Much has been written about the vagaries of the American electoral system and especially about the continued presence of the Electoral College. Before the existence of modern means of communication – I’m talking the telegraph – it made sense for every state to send its representatives in person to a conference in which the President was ultimately elected. It was there that the candidate pitched to the College and each elector would on the day vote with his – there were back then no hers or theirs – conscience and best judgement. The Electoral College has outlived its time but there are few countries I know in which change to existing and outdated structures is more difficult. The debate for example over what the Founding Fathers’ idea of the right to bear arms has to do with hundreds of millions of lethal weapons circulating around the country continues to go nowhere. As of the last published figures on 5 September, so far in 2024, 11,598 people in America have died in gun violence. I doubt that that’s what Thomas Jefferson, John Adams and Ben Franklyn would have had in mind and yet Donald Trump might yet find himself being elected by hailing dying by gunfire in a schoolroom or shopping mall as a supreme and constitutionally protected civil right. I digress.
Lindner is speaking the unspeakable. Germany is mired in its social idealism. The British might bemoan that they have a government that likes to refer to its electoral mandate even though it finds itself in power on a mere 34% of the electoral vote – less than the combined vote of the Conservative and the Reform parties – but at least it has a chance of seeing Westminster led by joined up thinking.

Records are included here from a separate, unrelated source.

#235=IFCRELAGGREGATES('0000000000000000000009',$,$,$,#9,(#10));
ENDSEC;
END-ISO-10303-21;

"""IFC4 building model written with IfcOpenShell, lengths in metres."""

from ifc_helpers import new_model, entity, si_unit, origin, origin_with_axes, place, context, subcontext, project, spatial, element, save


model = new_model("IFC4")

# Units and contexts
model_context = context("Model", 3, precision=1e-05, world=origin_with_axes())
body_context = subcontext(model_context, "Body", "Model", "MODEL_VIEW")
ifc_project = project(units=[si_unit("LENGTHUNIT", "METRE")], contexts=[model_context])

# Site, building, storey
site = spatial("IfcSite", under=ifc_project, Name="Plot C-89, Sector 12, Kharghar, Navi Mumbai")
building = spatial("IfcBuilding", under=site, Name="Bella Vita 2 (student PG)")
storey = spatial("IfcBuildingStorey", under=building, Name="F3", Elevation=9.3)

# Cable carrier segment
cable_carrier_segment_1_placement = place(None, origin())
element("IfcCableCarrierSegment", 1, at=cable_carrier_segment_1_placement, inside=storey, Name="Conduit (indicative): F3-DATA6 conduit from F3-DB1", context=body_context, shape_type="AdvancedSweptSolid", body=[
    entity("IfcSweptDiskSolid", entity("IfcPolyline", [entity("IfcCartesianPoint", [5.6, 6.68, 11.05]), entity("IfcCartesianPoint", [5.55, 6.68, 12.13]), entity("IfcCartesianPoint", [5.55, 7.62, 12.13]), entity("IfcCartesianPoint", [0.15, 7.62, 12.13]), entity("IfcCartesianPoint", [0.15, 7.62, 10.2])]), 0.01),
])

They might not like what they see but at least they can see it. There is a road map. In Germany there is none.
Lindner has binned what we here refer to as collective responsibility and has tossed a hand grenade into the Berlin carp pond. He has put into practice what the most famous of Socialist playwrights, Berthold Brecht, wrote in what is without a doubt his most famous piece, The Threepenny Opera of 1928. “First comes the grub. Then comes the morality”.
There is an old joke about the Chief Rabbi of Paris and Rothshild with which I will not bore you but the punchline is that it’s easy to moralise with a bit of cash in the back pocket. Germany has for several decades enjoyed that freedom but no more. Lindner suggests that the time might have come for a reset of the coalition’s idealistic, but in the current time unrealistic, aspirations.
For their own reasons, his coalition partners do not agree. He is leader of the FDP and, if he walks, the government falls. It’s unlikely that Germany will join the list of countries that have held parliamentary elections in 2024 albeit more due to the technical constraints of organising them between now and year end. What might follow if there's further polarisation to the left and to the right – as has happened in France - is hard to predict, but whatever does follow it will not be pretty. The EU has since time immemorial lived with the axiom of the twin towers in that France takes the decisions and Germany finances them. France has lost its moral authority, and Germany is losing its financial capacity, the ramifications of which should not be underestimated.